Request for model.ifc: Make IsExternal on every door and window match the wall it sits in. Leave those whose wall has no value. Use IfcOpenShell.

First a look at what the model holds.

```python
import ifcopenshell
import ifcopenshell.util.element

model = ifcopenshell.open("model.ifc")
print(model.schema)
seen = {}
for e in model.by_type("IfcDoor") + model.by_type("IfcWindow"):
    if not e.FillsVoids:
        continue
    host = e.FillsVoids[0].RelatingOpeningElement.VoidsElements[0].RelatingBuildingElement
    own = ifcopenshell.util.element.get_pset(e, f"Pset_{e.is_a()[3:].removesuffix('StandardCase')}Common", "IsExternal")
    wall = ifcopenshell.util.element.get_pset(host, "Pset_WallCommon", "IsExternal")
    seen[e.is_a(), own, wall] = seen.get((e.is_a(), own, wall), 0) + 1
for (cls, own, wall), count in sorted(seen.items(), key=str):
    print(count, cls, "IsExternal:", own, "| host wall:", wall)
```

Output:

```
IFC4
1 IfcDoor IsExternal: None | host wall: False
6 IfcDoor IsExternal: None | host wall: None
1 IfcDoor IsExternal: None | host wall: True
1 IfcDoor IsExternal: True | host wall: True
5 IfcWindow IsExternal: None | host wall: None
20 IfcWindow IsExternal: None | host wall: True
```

```python
import ifcopenshell
import ifcopenshell.api.pset
import ifcopenshell.util.element

model = ifcopenshell.open("model.ifc")

count = 0
for ifc_class, pset_name in (("IfcDoor", "Pset_DoorCommon"), ("IfcWindow", "Pset_WindowCommon")):
    for e in model.by_type(ifc_class):
        if not e.FillsVoids:
            continue
        host = e.FillsVoids[0].RelatingOpeningElement.VoidsElements[0].RelatingBuildingElement
        external = ifcopenshell.util.element.get_pset(host, "Pset_WallCommon", "IsExternal")
        if external is None or ifcopenshell.util.element.get_pset(e, pset_name, "IsExternal") == external:
            continue
        pset = ifcopenshell.api.pset.add_pset(model, product=e, name=pset_name)
        ifcopenshell.api.pset.edit_pset(model, pset=pset, properties={"IsExternal": external})
        count += 1

print(count, "updated")

model.write("model-out.ifc")
```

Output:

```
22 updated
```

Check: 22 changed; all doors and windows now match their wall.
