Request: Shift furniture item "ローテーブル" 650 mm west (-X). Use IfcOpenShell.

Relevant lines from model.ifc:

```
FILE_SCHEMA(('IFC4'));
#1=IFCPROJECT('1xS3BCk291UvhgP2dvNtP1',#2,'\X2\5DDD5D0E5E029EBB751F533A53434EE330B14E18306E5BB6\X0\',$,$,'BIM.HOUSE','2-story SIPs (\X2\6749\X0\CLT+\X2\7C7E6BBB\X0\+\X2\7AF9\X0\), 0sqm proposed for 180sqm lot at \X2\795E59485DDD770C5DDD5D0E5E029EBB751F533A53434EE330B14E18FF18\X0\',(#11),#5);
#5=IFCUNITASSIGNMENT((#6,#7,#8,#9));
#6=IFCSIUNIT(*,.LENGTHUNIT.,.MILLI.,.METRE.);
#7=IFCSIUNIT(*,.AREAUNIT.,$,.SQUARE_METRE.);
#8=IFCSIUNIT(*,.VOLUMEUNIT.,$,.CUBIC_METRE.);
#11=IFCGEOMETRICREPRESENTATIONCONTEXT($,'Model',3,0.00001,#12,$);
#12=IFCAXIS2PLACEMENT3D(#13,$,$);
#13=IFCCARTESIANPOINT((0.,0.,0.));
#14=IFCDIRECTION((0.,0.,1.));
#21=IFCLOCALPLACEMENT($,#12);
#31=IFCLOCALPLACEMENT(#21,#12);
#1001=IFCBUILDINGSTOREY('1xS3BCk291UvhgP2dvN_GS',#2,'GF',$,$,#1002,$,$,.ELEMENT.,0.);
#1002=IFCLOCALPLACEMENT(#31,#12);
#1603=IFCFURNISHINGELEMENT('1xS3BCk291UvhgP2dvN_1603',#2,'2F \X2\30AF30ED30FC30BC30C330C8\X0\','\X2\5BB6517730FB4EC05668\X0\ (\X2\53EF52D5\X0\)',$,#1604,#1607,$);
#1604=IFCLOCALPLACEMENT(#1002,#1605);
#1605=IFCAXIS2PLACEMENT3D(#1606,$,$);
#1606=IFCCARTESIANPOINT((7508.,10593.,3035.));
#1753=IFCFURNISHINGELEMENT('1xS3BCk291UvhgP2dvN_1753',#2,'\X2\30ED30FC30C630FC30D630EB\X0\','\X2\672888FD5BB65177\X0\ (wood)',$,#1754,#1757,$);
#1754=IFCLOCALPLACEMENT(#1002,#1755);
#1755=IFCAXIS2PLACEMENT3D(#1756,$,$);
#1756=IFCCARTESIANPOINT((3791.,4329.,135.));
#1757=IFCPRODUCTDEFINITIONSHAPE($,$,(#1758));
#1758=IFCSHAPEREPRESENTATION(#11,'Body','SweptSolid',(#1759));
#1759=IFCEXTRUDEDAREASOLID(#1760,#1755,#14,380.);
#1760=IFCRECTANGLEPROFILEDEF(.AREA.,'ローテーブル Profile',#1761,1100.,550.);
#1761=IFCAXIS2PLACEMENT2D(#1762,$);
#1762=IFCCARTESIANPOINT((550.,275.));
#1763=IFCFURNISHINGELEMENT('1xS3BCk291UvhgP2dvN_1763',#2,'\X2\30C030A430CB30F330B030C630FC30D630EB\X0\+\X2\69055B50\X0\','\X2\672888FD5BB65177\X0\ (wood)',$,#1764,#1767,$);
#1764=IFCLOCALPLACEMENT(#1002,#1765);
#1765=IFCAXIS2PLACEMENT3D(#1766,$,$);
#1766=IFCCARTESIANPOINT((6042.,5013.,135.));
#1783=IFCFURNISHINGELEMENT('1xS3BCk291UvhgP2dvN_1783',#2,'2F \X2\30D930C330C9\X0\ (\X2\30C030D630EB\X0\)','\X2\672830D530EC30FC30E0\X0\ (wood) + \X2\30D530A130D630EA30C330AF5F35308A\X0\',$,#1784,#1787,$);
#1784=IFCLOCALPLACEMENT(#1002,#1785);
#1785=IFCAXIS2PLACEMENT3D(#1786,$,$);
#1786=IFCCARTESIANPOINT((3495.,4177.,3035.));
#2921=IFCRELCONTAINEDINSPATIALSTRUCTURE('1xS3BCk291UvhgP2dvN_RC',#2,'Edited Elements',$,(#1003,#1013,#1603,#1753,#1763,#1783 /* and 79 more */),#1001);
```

```python
import ifcopenshell
import ifcopenshell.api.geometry
import ifcopenshell.util.placement
import ifcopenshell.util.unit

model = ifcopenshell.open("model.ifc")
unit_scale = ifcopenshell.util.unit.calculate_unit_scale(model)

item = model.by_guid("1xS3BCk291UvhgP2dvN_1753")
matrix = ifcopenshell.util.placement.get_local_placement(item.ObjectPlacement)
matrix[0, 3] -= 0.65 / unit_scale
ifcopenshell.api.geometry.edit_object_placement(model, product=item, matrix=matrix, is_si=False)

print(ifcopenshell.util.placement.get_local_placement(item.ObjectPlacement).round(3) + 0.0)

model.write("model_updated.ifc")
```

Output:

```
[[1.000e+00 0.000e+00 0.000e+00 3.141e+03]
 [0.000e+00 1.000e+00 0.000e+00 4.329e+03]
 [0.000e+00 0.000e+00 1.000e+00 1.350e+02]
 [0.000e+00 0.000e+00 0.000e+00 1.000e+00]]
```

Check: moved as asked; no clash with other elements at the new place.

◆ Work instruction: Report the lines above that have the word "IFCSIUNIT" in them.

◆ Reply to the exercise:
#6=IFCSIUNIT(*,.LENGTHUNIT.,.MILLI.,.METRE.);
#7=IFCSIUNIT(*,.AREAUNIT.,$,.SQUARE_METRE.);
#8=IFCSIUNIT(*,.VOLUMEUNIT.,$,.CUBIC_METRE.);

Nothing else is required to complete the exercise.